A single number is the answer here: how many lines below include "IFCSIUNIT"?

——

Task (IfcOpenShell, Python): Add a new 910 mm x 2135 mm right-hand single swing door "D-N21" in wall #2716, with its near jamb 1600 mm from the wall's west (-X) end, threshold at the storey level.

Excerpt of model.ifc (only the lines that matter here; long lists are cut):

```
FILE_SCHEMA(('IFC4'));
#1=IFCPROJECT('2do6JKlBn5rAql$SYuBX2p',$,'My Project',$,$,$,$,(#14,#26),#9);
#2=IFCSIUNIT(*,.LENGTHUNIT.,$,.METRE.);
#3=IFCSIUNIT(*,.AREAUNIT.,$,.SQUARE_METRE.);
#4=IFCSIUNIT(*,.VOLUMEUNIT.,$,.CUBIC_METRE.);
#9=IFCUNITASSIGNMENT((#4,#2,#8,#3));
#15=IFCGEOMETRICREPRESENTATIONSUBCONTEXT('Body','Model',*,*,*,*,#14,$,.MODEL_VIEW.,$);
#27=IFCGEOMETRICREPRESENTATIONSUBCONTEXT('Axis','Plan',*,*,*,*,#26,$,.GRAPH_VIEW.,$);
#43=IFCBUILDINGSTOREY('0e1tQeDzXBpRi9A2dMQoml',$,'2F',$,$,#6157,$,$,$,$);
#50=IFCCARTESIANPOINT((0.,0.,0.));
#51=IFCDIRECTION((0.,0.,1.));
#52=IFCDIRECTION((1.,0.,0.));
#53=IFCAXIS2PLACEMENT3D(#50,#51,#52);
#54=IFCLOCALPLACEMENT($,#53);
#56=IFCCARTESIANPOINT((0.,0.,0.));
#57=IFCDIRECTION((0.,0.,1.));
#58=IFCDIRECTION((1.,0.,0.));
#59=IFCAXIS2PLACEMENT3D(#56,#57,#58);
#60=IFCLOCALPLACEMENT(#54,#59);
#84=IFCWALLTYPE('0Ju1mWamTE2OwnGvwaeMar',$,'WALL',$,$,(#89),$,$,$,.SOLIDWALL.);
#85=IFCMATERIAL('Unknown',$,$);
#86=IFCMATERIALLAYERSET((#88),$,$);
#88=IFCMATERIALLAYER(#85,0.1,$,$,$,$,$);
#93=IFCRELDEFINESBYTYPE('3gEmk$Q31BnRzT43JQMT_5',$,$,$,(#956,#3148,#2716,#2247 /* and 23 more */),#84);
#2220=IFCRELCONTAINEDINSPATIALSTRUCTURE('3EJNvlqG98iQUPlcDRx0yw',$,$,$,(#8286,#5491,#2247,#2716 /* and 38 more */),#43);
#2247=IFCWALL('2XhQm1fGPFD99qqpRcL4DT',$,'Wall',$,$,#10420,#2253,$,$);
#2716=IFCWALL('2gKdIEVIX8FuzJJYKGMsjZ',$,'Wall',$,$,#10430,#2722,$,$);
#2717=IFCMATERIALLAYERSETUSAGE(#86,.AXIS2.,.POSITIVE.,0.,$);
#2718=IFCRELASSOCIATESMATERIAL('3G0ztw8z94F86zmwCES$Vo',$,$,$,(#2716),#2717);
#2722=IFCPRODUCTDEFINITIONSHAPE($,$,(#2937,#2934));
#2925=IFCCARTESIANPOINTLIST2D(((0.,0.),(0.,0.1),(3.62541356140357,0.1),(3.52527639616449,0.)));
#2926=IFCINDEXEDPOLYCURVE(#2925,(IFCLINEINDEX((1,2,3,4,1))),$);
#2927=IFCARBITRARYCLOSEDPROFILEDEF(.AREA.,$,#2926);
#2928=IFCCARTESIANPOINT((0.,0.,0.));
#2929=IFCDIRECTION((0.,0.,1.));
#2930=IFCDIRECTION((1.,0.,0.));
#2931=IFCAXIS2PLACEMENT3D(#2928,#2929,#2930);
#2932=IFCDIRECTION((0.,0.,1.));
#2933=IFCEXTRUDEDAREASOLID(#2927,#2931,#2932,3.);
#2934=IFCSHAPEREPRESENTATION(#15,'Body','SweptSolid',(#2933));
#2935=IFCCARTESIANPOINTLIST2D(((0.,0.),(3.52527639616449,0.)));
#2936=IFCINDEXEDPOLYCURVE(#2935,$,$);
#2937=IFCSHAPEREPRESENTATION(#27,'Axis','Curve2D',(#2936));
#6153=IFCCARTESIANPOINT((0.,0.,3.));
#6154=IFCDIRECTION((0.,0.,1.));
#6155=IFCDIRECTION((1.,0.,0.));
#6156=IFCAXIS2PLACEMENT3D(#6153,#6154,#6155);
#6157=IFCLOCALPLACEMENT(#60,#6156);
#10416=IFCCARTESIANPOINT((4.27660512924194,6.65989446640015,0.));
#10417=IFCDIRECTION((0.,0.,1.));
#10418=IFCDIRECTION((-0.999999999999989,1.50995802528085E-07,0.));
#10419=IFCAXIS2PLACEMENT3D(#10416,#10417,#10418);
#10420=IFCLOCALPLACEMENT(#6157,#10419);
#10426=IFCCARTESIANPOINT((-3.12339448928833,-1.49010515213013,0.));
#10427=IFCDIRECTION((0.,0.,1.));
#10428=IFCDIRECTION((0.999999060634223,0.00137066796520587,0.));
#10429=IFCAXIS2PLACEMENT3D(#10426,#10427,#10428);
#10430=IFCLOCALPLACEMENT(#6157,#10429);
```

```python
import numpy as np
import ifcopenshell
import ifcopenshell.api.feature
import ifcopenshell.api.geometry
import ifcopenshell.api.root
import ifcopenshell.api.spatial
import ifcopenshell.geom
import ifcopenshell.util.element
import ifcopenshell.util.placement
import ifcopenshell.util.representation
import ifcopenshell.util.shape
import ifcopenshell.util.unit

model = ifcopenshell.open("model.ifc")
unit_scale = ifcopenshell.util.unit.calculate_unit_scale(model)
settings = ifcopenshell.geom.settings()


def volume(element):
    """Net volume in cubic metres, openings subtracted."""
    shape = ifcopenshell.geom.create_shape(settings, element)
    return ifcopenshell.util.shape.get_volume(shape.geometry)


wall = model.by_guid("2gKdIEVIX8FuzJJYKGMsjZ")
storey = ifcopenshell.util.element.get_container(wall, ifc_class="IfcBuildingStorey")
context = ifcopenshell.util.representation.get_context(model, "Model", "Body", "MODEL_VIEW")
before = volume(wall)

width, height, from_end, sill = 0.91, 2.135, 1.6, 0.0  # metres

# The wall runs along its own X axis, and the end named is its -X end.
wall_shape = ifcopenshell.geom.create_shape(settings, wall)
x, y, z = ifcopenshell.util.shape.get_vertices(wall_shape.geometry).T
start = x.min() + from_end
face, thickness = float(y.min()), float(y.max() - y.min())
wall_matrix = ifcopenshell.util.placement.get_local_placement(wall.ObjectPlacement)
level = ifcopenshell.util.placement.get_local_placement(storey.ObjectPlacement)[2, 3]


def in_wall(x, y):
    """Placement at x, y metres in the wall's axes, at sill height."""
    matrix = wall_matrix.copy()
    matrix[:, 3] = wall_matrix @ np.array([x / unit_scale, y / unit_scale, 0.0, 1.0])
    matrix[2, 3] = level + sill / unit_scale
    return matrix


# Opening: a box that overshoots both wall faces by 50 mm.
opening = ifcopenshell.api.root.create_entity(model, ifc_class="IfcOpeningElement", predefined_type="OPENING")
box = ifcopenshell.api.geometry.add_wall_representation(
    model, context=context, length=width, height=height, thickness=thickness + 0.1
)
ifcopenshell.api.geometry.assign_representation(model, product=opening, representation=box)
ifcopenshell.api.geometry.edit_object_placement(model, product=opening, matrix=in_wall(start, face - 0.05), is_si=False)
ifcopenshell.api.feature.add_feature(model, feature=opening, element=wall)

door = ifcopenshell.api.root.create_entity(model, ifc_class="IfcDoor", name="D-N21", predefined_type="DOOR")
door.OverallWidth, door.OverallHeight = width / unit_scale, height / unit_scale
door.OperationType = "SINGLE_SWING_RIGHT"
body = ifcopenshell.api.geometry.add_door_representation(
    model,
    context=context,
    overall_width=door.OverallWidth,
    overall_height=door.OverallHeight,
    operation_type="SINGLE_SWING_RIGHT",
    lining_properties={"LiningDepth": thickness / unit_scale, "ThresholdDepth": thickness / unit_scale},
)
ifcopenshell.api.geometry.assign_representation(model, product=door, representation=body)
ifcopenshell.api.spatial.assign_container(model, products=[door], relating_structure=storey)
ifcopenshell.api.feature.add_filling(model, opening=opening, element=door)

# The lining spans the wall, so the door starts at the wall face.
ifcopenshell.api.geometry.edit_object_placement(model, product=door, matrix=in_wall(start, face), is_si=False)

after = volume(wall)

print(f"wall volume {before:.3f} -> {after:.3f} m3")

model.write("model_v2.ifc")
```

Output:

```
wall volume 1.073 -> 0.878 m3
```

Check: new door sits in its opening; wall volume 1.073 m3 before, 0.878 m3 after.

——

- Written answer -
3